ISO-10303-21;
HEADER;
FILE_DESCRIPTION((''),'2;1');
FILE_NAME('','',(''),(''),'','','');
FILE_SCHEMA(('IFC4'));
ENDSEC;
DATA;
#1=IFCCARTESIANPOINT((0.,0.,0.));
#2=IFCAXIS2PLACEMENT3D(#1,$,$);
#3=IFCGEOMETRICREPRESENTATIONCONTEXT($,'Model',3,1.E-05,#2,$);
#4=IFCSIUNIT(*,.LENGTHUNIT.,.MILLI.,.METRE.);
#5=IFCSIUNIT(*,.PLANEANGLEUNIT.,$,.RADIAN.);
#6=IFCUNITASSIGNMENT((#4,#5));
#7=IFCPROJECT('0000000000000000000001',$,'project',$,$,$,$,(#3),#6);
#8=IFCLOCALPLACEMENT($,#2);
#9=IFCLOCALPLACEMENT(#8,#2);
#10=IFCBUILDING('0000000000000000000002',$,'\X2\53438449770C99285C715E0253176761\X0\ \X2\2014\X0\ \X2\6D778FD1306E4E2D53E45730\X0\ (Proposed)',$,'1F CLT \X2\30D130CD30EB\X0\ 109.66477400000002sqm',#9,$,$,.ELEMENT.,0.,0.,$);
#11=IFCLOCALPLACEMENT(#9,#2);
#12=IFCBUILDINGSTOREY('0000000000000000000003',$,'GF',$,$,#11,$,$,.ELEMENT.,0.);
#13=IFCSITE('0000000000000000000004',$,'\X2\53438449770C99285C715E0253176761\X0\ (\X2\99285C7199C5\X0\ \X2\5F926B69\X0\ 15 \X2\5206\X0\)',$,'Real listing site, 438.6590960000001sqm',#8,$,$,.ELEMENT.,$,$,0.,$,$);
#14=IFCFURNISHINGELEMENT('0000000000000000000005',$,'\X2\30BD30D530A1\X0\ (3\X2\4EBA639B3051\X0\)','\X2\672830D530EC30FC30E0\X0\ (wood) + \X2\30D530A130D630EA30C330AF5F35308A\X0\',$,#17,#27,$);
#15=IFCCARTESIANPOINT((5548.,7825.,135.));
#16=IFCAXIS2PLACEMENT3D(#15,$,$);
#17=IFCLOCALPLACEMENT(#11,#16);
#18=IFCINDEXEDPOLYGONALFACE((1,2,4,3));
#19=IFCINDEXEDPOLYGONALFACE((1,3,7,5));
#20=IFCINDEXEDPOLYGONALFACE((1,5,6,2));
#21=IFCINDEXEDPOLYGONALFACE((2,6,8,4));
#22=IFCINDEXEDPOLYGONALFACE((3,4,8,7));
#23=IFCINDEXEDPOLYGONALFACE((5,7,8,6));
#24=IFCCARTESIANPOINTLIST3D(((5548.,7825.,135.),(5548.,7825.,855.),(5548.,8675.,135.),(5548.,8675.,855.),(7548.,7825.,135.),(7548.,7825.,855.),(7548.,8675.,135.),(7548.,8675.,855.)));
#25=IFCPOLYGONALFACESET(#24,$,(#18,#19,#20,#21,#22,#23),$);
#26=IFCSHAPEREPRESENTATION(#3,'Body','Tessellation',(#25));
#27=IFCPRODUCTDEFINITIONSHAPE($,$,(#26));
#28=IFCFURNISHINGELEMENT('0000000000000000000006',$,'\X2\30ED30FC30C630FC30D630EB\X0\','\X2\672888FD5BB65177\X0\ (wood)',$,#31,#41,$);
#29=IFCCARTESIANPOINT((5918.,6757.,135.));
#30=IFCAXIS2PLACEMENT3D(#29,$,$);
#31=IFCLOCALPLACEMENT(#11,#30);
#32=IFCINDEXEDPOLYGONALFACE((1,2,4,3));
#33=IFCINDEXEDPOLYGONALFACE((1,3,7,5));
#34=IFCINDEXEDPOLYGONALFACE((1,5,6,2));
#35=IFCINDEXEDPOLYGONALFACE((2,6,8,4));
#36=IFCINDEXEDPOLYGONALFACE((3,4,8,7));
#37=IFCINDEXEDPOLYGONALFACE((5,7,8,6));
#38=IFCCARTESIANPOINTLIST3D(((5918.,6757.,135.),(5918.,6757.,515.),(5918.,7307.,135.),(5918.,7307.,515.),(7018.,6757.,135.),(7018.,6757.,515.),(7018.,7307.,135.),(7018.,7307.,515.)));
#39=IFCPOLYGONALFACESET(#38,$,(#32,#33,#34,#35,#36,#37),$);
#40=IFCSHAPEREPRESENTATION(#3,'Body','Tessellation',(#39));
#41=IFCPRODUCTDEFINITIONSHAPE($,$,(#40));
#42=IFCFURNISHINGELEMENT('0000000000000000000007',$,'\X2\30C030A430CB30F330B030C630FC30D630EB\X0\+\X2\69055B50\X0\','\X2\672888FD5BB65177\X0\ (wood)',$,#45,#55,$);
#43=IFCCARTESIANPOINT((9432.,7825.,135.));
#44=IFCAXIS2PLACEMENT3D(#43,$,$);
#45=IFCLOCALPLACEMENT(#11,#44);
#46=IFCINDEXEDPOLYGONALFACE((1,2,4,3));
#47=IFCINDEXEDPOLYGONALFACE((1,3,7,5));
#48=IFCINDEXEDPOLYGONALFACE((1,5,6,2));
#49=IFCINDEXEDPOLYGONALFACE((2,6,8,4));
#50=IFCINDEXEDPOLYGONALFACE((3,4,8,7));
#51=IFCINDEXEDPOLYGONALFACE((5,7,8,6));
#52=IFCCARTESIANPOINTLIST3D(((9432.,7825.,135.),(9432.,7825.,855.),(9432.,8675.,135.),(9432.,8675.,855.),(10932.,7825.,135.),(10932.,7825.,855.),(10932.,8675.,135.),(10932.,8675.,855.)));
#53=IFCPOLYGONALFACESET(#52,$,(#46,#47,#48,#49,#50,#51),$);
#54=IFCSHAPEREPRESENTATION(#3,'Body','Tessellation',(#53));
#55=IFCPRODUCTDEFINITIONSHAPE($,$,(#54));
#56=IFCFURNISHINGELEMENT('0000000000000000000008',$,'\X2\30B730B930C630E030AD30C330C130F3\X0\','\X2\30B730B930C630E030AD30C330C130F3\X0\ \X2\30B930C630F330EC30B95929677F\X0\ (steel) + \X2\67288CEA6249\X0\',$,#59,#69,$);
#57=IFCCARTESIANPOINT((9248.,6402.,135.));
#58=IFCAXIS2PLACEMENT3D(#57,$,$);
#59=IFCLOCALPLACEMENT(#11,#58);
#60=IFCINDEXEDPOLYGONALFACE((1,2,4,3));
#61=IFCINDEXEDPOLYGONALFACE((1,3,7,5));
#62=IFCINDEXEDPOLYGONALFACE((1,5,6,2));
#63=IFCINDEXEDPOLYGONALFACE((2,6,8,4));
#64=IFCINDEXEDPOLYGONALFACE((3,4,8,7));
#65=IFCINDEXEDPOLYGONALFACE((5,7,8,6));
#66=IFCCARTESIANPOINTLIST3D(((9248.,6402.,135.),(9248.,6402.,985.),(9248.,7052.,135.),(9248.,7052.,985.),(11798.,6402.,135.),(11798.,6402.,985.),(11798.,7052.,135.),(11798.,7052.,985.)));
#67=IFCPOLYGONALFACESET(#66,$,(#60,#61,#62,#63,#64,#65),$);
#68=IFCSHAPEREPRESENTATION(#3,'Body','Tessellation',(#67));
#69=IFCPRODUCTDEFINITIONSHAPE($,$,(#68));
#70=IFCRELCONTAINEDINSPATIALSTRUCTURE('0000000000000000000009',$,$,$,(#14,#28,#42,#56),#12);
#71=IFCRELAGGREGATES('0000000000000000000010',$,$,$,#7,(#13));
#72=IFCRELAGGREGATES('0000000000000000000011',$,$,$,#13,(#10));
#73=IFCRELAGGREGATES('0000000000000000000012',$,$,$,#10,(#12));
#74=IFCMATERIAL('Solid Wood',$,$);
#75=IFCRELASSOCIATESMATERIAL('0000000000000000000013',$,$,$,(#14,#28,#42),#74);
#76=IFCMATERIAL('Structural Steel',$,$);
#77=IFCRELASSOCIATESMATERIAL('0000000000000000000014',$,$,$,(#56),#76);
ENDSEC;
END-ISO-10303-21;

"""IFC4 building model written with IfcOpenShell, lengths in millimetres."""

from ifc_helpers import new_model, si_unit, frame, frame_2d, origin, place, context, project, spatial, rectangle, extrude, material, element, save


model = new_model("IFC4")

# Units and contexts
model_context = context("Model", 3, precision=1e-05, world=origin())
ifc_project = project(units=[si_unit("LENGTHUNIT", "METRE", prefix="MILLI"), si_unit("PLANEANGLEUNIT", "RADIAN")], contexts=[model_context])

# Site, building, storey
site_placement = place(None, origin())
site = spatial("IfcSite", under=ifc_project, at=site_placement, Name="千葉県館山市北条 (館山駅 徒歩 15 分)", ObjectType="Real listing site, 438.6590960000001sqm", CompositionType="ELEMENT", RefElevation=0.0)
building_placement = place(site_placement, origin())
building = spatial("IfcBuilding", under=site, at=building_placement, Name="千葉県館山市北条 — 海近の中古地 (Proposed)", ObjectType="1F CLT パネル 109.66477400000002sqm", CompositionType="ELEMENT", ElevationOfRefHeight=0.0, ElevationOfTerrain=0.0)
storey_placement = place(building_placement, origin())
storey = spatial("IfcBuildingStorey", under=building, at=storey_placement, Name="GF", CompositionType="ELEMENT", Elevation=0.0)

# Shared definitions
ifc_material_1 = material(Name="Solid Wood")

# Shared definitions
ifc_material_2 = material(Name="Structural Steel")

# Furnishing elements
furnishing_1_placement = place(storey_placement, frame((5548.0, 7825.0, 135.0)))
element("IfcFurnishingElement", 1, at=furnishing_1_placement, inside=storey, material=ifc_material_1, Name="ソファ (3人掛け)", Description="木フレーム (wood) + ファブリック張り", context=model_context, shape_type="SweptSolid", body=[
    extrude(rectangle(XDim=2000.0, YDim=850.0, at=frame_2d((1000.0, 425.0))), frame((5548.0, 7825.0, 135.0)), (0.0, 0.0, 1.0), 720.0),
])
furnishing_2_placement = place(storey_placement, frame((5918.0, 6757.0, 135.0)))
element("IfcFurnishingElement", 2, at=furnishing_2_placement, inside=storey, material=ifc_material_1, Name="ローテーブル", Description="木製家具 (wood)", context=model_context, shape_type="SweptSolid", body=[
    extrude(rectangle(XDim=1100.0, YDim=550.0, at=frame_2d((550.0, 275.0))), frame((5918.0, 6757.0, 135.0)), (0.0, 0.0, 1.0), 380.0),
])
furnishing_3_placement = place(storey_placement, frame((9432.0, 7825.0, 135.0)))
element("IfcFurnishingElement", 3, at=furnishing_3_placement, inside=storey, material=ifc_material_1, Name="ダイニングテーブル+椅子", Description="木製家具 (wood)", context=model_context, shape_type="SweptSolid", body=[
    extrude(rectangle(XDim=1500.0, YDim=850.0, at=frame_2d((750.0, 425.0))), frame((9432.0, 7825.0, 135.0)), (0.0, 0.0, 1.0), 720.0),
])
furnishing_4_placement = place(storey_placement, frame((9248.0, 6402.0, 135.0)))
element("IfcFurnishingElement", 4, at=furnishing_4_placement, inside=storey, material=ifc_material_2, Name="システムキッチン", Description="システムキッチン ステンレス天板 (steel) + 木質扉", context=model_context, shape_type="SweptSolid", body=[
    extrude(rectangle(XDim=2550.0, YDim=650.0, at=frame_2d((1275.0, 325.0))), frame((9248.0, 6402.0, 135.0)), (0.0, 0.0, 1.0), 850.0),
])

save(model, "model.ifc")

____________

Scan the data above for the word "IFCPRODUCTDEFINITIONSHAPE", then copy every line that holds it.

#27=IFCPRODUCTDEFINITIONSHAPE($,$,(#26));
#41=IFCPRODUCTDEFINITIONSHAPE($,$,(#40));
#55=IFCPRODUCTDEFINITIONSHAPE($,$,(#54));
#69=IFCPRODUCTDEFINITIONSHAPE($,$,(#68));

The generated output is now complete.